* [GIVEN RECORDS]:
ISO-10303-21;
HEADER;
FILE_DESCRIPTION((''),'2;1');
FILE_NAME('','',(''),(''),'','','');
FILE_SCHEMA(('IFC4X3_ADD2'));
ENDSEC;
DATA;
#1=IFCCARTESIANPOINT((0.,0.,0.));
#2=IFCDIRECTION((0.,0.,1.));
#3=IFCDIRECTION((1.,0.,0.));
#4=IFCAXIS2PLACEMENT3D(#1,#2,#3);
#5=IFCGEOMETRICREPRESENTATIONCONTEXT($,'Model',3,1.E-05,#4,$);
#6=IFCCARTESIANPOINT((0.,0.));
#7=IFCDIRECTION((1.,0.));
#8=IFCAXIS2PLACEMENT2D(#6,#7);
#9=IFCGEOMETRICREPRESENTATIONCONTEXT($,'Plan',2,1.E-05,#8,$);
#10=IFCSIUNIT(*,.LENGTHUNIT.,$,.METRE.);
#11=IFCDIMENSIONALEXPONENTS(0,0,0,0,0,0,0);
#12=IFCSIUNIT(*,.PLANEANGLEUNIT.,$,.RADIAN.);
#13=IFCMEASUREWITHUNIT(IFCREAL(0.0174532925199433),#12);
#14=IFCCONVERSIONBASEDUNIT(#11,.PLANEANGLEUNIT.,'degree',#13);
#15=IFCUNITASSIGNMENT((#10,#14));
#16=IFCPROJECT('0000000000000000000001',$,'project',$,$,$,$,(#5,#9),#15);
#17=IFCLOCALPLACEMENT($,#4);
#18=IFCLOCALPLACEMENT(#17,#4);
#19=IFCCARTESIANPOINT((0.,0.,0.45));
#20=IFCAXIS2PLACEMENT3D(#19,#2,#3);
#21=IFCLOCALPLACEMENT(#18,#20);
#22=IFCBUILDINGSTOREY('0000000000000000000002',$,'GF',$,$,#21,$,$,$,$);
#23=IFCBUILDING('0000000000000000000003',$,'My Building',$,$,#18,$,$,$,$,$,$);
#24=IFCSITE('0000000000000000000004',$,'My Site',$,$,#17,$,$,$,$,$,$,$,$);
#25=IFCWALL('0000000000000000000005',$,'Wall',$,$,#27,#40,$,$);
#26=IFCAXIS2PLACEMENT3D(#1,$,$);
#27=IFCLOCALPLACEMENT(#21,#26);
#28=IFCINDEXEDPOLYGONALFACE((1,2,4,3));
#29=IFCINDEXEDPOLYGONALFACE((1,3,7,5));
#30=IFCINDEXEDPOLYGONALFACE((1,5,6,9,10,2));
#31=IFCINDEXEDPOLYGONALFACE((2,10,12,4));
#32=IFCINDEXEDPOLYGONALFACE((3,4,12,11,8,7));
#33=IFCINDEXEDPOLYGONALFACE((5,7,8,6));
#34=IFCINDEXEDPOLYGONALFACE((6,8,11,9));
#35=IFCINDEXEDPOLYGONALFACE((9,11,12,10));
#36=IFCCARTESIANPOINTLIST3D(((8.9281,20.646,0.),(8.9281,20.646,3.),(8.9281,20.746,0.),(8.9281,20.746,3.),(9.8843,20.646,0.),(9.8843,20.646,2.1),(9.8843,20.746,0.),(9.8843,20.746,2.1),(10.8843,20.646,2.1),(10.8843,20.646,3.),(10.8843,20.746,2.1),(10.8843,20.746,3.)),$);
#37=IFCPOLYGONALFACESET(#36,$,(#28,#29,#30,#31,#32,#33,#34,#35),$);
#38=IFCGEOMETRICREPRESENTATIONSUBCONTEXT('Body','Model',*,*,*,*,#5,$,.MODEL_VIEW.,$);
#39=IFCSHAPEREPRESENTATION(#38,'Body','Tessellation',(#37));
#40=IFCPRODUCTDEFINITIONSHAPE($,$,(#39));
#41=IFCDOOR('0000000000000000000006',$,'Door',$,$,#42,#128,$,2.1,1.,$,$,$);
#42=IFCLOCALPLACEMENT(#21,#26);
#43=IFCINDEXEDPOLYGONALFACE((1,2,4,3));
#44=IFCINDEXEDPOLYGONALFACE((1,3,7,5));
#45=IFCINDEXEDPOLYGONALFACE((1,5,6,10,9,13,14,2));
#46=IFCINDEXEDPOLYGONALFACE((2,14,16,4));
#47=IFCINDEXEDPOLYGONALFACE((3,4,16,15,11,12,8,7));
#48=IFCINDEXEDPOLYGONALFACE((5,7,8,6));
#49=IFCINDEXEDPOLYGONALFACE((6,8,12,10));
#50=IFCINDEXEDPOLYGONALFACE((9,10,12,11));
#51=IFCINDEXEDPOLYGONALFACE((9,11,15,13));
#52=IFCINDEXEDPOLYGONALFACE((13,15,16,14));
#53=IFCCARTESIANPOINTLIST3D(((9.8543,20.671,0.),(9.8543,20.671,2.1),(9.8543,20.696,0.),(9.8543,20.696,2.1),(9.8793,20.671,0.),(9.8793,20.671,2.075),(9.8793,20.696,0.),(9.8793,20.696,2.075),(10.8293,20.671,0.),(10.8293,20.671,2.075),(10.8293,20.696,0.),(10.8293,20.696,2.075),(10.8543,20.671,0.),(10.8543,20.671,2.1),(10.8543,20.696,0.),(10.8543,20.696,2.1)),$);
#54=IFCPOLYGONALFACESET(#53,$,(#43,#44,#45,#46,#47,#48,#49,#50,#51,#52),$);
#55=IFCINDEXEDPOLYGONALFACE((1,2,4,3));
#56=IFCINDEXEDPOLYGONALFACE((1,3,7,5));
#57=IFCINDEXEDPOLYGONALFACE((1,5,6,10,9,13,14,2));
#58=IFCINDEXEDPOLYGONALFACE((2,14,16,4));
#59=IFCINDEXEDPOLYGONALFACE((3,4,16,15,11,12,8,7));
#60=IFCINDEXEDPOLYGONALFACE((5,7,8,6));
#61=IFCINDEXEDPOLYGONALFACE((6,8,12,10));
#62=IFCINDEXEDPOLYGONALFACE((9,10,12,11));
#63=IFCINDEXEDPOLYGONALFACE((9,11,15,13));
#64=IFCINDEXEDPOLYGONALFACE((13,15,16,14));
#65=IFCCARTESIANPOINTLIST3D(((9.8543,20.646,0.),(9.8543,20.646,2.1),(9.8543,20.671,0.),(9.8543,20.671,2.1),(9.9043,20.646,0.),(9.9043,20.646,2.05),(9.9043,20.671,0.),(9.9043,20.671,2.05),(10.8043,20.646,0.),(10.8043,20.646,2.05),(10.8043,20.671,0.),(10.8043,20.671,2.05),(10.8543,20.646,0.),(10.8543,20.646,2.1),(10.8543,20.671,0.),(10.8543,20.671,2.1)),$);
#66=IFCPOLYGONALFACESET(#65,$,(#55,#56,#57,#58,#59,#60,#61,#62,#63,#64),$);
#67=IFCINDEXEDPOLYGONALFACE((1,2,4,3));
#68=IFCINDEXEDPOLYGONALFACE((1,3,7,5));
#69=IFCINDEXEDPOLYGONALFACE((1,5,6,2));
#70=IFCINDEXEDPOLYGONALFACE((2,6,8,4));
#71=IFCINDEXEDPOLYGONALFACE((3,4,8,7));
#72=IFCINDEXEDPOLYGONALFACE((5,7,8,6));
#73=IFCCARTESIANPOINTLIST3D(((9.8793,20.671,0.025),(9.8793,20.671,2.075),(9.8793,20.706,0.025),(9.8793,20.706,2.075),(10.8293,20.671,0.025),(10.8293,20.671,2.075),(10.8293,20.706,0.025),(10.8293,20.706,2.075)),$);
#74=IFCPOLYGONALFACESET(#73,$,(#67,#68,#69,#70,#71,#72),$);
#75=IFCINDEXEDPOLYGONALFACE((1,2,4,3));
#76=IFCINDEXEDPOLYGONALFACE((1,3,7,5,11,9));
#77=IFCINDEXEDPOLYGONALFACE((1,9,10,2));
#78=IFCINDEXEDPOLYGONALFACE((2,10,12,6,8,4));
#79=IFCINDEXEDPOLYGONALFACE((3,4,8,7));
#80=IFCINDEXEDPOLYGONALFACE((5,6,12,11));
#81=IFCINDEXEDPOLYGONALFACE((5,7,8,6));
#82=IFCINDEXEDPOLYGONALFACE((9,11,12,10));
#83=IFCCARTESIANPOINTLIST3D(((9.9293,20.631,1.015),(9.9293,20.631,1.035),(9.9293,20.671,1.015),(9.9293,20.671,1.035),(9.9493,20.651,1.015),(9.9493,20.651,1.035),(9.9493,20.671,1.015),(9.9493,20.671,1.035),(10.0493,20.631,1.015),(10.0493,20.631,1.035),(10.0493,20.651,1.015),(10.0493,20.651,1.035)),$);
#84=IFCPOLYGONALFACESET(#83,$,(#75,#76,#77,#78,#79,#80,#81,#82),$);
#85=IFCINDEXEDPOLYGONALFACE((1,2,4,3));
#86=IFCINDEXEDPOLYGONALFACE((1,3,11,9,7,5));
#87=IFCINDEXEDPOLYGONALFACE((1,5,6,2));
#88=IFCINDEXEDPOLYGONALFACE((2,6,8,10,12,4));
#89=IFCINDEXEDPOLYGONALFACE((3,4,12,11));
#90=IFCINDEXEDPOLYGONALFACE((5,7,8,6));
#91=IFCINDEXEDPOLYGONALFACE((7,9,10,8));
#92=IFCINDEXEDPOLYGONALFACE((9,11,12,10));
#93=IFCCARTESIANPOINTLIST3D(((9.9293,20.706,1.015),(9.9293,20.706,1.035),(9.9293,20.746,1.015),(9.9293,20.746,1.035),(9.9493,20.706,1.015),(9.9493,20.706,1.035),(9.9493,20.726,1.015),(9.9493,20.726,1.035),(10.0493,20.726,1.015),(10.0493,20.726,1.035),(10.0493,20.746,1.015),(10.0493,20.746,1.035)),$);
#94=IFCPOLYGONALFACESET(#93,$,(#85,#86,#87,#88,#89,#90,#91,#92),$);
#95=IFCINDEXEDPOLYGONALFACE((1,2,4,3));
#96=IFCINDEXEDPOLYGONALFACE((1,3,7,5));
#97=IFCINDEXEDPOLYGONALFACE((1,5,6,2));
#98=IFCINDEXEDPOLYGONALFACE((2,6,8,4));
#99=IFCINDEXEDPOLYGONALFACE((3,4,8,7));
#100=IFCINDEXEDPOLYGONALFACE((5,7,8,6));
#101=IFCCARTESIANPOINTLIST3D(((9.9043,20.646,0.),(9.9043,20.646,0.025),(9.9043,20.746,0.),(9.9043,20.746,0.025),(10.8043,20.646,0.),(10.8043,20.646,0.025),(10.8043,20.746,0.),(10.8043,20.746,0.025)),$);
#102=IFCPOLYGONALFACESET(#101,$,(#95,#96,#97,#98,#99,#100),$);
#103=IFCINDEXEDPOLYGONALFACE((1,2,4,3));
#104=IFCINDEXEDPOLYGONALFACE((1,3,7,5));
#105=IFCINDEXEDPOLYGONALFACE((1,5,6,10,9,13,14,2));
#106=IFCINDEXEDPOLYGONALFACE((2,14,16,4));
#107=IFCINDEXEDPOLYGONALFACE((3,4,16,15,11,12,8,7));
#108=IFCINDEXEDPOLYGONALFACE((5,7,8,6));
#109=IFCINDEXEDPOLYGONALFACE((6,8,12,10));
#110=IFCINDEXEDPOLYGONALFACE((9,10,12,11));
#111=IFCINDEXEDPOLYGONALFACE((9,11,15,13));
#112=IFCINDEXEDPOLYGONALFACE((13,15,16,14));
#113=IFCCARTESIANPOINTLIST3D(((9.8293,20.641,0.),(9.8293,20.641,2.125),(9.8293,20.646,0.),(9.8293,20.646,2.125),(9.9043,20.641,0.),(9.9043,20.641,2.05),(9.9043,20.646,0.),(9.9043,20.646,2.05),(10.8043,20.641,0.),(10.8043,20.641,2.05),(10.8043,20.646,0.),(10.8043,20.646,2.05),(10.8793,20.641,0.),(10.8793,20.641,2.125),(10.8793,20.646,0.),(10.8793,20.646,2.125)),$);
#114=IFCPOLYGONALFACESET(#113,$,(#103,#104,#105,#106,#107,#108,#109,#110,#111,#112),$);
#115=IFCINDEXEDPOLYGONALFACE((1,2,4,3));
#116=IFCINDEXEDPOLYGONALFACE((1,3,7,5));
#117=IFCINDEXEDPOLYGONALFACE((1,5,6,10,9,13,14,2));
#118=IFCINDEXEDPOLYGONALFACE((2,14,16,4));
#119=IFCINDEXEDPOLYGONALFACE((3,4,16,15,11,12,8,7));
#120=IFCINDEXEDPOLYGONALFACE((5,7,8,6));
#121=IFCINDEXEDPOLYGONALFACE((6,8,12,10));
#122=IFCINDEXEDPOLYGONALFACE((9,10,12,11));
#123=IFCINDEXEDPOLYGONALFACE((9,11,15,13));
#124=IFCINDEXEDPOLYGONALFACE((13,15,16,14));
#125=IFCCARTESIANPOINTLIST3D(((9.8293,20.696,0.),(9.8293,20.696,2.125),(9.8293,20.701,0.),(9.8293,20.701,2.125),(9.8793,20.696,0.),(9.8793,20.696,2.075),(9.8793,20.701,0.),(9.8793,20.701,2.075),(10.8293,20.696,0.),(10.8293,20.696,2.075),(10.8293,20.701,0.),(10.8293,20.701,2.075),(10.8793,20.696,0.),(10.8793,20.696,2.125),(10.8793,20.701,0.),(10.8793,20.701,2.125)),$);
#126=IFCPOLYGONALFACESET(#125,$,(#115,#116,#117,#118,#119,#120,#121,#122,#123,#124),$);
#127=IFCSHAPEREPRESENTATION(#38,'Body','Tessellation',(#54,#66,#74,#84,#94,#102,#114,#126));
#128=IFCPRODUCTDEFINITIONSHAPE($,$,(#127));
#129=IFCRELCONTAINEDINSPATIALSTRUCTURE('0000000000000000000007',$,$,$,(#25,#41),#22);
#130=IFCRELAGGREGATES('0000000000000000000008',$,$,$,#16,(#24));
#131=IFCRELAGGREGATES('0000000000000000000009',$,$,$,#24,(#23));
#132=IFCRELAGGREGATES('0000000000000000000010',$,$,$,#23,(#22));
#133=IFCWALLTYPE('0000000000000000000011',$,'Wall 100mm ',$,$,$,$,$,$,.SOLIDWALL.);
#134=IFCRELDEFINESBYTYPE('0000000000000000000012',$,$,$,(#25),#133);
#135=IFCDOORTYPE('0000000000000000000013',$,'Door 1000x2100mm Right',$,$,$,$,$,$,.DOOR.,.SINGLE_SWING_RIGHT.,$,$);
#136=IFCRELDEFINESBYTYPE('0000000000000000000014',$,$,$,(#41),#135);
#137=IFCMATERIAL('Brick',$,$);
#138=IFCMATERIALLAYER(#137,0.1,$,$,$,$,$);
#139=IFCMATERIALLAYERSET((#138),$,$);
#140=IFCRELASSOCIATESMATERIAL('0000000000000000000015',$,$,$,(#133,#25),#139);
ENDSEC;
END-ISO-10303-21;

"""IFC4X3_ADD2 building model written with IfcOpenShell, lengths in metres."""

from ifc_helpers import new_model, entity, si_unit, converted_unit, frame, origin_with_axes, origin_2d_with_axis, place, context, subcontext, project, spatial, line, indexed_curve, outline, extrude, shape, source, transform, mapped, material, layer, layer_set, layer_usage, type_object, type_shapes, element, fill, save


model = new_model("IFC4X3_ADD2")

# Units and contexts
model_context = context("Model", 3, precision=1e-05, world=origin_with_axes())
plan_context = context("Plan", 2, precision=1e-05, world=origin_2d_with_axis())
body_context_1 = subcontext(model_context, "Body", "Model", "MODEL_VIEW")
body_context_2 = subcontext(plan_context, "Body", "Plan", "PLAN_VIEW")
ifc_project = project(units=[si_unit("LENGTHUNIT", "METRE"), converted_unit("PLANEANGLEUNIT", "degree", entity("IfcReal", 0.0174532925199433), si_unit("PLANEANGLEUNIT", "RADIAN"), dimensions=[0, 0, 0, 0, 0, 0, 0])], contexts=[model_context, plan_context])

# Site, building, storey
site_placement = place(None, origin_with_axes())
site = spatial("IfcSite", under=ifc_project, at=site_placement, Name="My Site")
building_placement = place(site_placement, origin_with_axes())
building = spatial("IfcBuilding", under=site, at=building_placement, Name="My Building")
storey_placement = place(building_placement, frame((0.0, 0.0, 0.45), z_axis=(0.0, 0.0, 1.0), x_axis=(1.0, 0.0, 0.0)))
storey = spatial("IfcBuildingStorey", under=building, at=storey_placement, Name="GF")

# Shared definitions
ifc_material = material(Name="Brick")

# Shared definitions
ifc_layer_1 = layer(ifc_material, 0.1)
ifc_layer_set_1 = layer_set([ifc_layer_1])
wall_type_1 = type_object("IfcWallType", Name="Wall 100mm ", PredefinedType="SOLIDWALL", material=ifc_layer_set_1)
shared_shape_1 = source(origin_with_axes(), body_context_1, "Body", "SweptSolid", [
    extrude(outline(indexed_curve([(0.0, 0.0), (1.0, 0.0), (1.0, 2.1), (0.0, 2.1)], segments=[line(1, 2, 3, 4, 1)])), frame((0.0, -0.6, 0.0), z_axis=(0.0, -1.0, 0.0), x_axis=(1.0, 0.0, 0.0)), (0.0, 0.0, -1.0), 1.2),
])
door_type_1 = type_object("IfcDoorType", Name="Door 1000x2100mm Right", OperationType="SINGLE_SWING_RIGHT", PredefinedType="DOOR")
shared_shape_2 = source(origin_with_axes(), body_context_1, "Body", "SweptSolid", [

* [ABOUT THIS TASK]: Begin at the first line of the material and transcribe each line exactly. End with the line containing "#12=IFCSIUNIT(*,.PLANEANGLEUNIT.,$,.RADIAN.);", and give nothing else.

* [EXERCISE RESPONSE]:
ISO-10303-21;
HEADER;
FILE_DESCRIPTION((''),'2;1');
FILE_NAME('','',(''),(''),'','','');
FILE_SCHEMA(('IFC4X3_ADD2'));
ENDSEC;
DATA;
#1=IFCCARTESIANPOINT((0.,0.,0.));
#2=IFCDIRECTION((0.,0.,1.));
#3=IFCDIRECTION((1.,0.,0.));
#4=IFCAXIS2PLACEMENT3D(#1,#2,#3);
#5=IFCGEOMETRICREPRESENTATIONCONTEXT($,'Model',3,1.E-05,#4,$);
#6=IFCCARTESIANPOINT((0.,0.));
#7=IFCDIRECTION((1.,0.));
#8=IFCAXIS2PLACEMENT2D(#6,#7);
#9=IFCGEOMETRICREPRESENTATIONCONTEXT($,'Plan',2,1.E-05,#8,$);
#10=IFCSIUNIT(*,.LENGTHUNIT.,$,.METRE.);
#11=IFCDIMENSIONALEXPONENTS(0,0,0,0,0,0,0);
#12=IFCSIUNIT(*,.PLANEANGLEUNIT.,$,.RADIAN.);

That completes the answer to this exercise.